Problem #5 – not only is BiRT fat and heavy, but at 4.1m she is also really quite tall. Unfortunately, the road has often literally been cut out of the hillside. Worryingly frequently, on many of the scariest corners, the road is nothing more than a skinny band of crumbling tarmac with a rocky roof jutting out ominously above it, often only a few inches higher than BiRT.

Reversing is impossible anywhere because the road is too small, and the moment we hit a ‘ceiling’ a few inches lower than our roof, we’d be faced with grinding our entire roof off

And so it continues for mile after beautifully green sub-Himalayan mile, and hour after slow, silent and tense hour. That nothing catastrophic happens that day is miraculous, and to say that Pete's nerves are a little frayed at the end of it would be an understatement of stratospheric proportions.

Day 2 dawns. Day 2 working on your new job.

Problem #6 – a bridge 2 inches lower than the top of BiRT. Cue wading through a fast flowing glacial melt river to see if we can find a ford through it, we decide that we can’t and commit to a 65km detour on even smaller roads.

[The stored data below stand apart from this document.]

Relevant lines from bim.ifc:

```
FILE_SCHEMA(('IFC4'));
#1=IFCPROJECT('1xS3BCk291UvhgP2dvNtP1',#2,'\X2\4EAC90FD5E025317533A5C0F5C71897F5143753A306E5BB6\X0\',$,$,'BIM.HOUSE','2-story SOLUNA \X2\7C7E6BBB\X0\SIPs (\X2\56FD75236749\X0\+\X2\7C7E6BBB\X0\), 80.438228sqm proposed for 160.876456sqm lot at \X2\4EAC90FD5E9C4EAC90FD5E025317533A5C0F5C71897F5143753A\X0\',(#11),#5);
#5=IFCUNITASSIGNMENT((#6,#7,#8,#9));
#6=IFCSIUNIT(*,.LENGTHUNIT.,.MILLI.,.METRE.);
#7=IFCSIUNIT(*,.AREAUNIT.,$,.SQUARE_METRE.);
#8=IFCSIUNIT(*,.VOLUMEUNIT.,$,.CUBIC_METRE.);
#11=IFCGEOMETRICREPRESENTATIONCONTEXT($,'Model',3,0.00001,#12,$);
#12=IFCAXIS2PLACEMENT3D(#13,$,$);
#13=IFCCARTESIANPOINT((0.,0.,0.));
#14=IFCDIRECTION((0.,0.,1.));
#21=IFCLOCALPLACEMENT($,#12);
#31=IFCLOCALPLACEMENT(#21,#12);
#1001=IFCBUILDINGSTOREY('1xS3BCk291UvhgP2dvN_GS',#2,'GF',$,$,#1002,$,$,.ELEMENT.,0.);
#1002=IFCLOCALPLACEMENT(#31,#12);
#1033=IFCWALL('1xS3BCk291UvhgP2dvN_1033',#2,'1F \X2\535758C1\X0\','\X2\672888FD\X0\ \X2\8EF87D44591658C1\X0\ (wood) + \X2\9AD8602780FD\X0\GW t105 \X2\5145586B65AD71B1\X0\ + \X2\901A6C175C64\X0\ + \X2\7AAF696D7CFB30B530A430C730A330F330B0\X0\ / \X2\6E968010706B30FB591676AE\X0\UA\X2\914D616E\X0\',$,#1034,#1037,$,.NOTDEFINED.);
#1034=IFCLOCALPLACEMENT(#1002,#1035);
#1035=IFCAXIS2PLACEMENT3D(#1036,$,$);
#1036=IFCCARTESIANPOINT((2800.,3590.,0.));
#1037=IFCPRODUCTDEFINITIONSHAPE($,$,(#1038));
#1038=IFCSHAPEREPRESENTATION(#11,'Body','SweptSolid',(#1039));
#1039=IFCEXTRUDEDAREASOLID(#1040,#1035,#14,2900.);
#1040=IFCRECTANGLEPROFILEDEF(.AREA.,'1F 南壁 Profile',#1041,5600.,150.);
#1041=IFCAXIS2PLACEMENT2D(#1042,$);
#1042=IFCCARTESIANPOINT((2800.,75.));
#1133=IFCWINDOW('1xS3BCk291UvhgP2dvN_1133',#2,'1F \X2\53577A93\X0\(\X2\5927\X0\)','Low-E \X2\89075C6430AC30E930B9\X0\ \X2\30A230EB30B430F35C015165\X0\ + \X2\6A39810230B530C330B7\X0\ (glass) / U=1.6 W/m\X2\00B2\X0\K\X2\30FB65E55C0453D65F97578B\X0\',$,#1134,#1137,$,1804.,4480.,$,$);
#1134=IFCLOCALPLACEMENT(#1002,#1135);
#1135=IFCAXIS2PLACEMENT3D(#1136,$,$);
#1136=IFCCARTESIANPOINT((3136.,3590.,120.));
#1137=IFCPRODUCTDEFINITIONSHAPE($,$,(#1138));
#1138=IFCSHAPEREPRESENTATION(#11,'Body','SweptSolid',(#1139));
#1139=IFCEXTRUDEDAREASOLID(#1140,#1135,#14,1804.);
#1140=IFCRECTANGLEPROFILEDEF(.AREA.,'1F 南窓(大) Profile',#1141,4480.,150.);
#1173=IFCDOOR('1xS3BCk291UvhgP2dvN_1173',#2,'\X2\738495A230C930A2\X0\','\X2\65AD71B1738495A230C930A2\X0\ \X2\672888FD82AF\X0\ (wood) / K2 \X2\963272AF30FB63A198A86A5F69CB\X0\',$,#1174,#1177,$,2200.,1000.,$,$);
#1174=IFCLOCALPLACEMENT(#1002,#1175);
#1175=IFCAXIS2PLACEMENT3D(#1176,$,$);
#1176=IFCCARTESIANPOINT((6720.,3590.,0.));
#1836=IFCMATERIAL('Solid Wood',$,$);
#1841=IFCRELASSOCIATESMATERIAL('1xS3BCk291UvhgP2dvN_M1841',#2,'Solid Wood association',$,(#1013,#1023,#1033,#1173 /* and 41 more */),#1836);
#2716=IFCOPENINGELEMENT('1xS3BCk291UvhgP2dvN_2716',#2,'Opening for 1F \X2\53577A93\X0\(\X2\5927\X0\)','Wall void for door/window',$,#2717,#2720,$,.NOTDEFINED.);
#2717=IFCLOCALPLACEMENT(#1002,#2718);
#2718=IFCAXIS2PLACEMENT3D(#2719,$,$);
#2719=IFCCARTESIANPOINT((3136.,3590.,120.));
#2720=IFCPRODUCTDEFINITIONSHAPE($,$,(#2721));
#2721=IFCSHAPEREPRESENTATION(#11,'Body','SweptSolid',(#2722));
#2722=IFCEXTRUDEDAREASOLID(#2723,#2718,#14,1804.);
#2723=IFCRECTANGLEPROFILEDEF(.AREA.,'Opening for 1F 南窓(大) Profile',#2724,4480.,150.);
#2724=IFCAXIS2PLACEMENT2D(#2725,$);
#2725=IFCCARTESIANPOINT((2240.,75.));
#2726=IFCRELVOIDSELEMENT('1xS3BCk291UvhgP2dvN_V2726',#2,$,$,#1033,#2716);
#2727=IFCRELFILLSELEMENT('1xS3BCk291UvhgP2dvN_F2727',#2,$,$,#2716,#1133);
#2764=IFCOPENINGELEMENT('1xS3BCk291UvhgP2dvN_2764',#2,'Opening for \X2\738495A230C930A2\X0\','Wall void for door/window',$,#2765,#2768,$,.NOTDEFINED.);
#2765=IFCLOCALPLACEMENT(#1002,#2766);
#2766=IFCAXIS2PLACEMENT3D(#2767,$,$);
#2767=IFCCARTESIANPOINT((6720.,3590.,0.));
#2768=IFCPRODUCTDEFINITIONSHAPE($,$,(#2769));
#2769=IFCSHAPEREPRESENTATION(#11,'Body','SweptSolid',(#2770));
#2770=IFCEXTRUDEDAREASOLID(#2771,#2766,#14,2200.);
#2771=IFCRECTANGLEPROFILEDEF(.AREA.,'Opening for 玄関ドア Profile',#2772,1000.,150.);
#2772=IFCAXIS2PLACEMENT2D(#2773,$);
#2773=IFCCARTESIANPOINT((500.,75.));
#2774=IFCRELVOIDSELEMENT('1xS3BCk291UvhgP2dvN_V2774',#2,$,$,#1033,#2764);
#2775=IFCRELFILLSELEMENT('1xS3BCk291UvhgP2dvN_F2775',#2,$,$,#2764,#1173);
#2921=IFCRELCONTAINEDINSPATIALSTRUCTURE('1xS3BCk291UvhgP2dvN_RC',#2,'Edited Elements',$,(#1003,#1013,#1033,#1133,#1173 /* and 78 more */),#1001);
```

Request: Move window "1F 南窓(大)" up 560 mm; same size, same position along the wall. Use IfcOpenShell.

```python
import numpy as np
import ifcopenshell
import ifcopenshell.api.geometry
import ifcopenshell.util.placement
import ifcopenshell.util.unit

model = ifcopenshell.open("bim.ifc")
unit_scale = ifcopenshell.util.unit.calculate_unit_scale(model)

window = model.by_id(1133)
opening = window.FillsVoids[0].RelatingOpeningElement
dz = 560.0

shift = np.array([0.0, 0.0, dz])
# The window is not placed relative to its opening, so move both.
for product in (opening, window):
    matrix = ifcopenshell.util.placement.get_local_placement(product.ObjectPlacement)
    matrix[:3, 3] += shift
    ifcopenshell.api.geometry.edit_object_placement(model, product=product, matrix=matrix, is_si=False)

print(f"moved by {dz * unit_scale:+.3f} m")

model.write("bim_v2.ifc")
```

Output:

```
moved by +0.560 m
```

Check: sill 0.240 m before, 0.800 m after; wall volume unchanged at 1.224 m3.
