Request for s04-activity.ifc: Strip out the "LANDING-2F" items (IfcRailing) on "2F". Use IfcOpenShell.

First a look at what the model holds.

```python
import ifcopenshell
import ifcopenshell.util.element

model = ifcopenshell.open("s04-activity.ifc")
print(model.schema)
storey = next(s for s in model.by_type("IfcBuildingStorey") if s.Name == "2F")
railings = [e for e in ifcopenshell.util.element.get_decomposition(storey) if e.is_a("IfcRailing")]
seen = {}
for e in railings:
    element_type = ifcopenshell.util.element.get_type(e)
    name = element_type.Name if element_type not in (None, e) else None
    seen[name] = seen.get(name, 0) + 1
for name, count in sorted(seen.items(), key=str):
    print(count, "x", name)
```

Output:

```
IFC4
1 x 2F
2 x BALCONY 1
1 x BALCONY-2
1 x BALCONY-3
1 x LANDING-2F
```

```python
import ifcopenshell
import ifcopenshell.api.root
import ifcopenshell.util.element

model = ifcopenshell.open("s04-activity.ifc")

storey = next(s for s in model.by_type("IfcBuildingStorey") if s.Name == "2F")
railings = [e for e in ifcopenshell.util.element.get_decomposition(storey) if e.is_a("IfcRailing")]
targets = [e for e in railings if (t := ifcopenshell.util.element.get_type(e)) not in (None, e) and t.Name == "LANDING-2F"]

for e in targets:
    ifcopenshell.api.root.remove_product(model, product=e)
print(len(targets), "removed")

model.write("s04-activity-out.ifc")
```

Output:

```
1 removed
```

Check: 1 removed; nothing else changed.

Problem #7 – paddy fields. We turn up the narrowest road we’ve seen yet, we slow to about 10kph and pootle uphill for about 4km before we round a corner to find our path blocked by an oncoming truck.

We try to get past it. We fail. Instead, we drive straight into a paddy field. Our wheels are dragged deep into the bog, the suction stops us dead and we are going nowhere.

Oops!

Now add up the costs and consequences:

4 days to find vehicles that are capable of extracting 18 tonnes of metal from a sucking bog.

3 pathetic recovery vehicles that the government keeps arriving with, each of which weighs less than half of BiRT and is never going to pull us out, and each of which we break in the process of trying.

2 massive hydraulic cranes which eventually do manage to lift us out.

1 closed road, closed for the duration of the rescue.

And perhaps the greatest cost of them all – one very damaged pride – Pete’s.

We did gain a little fame though – apparently our story, complete with photos, made the front cover of the major North Indian Broadsheet.

Surely a Baptism of Fire to remember!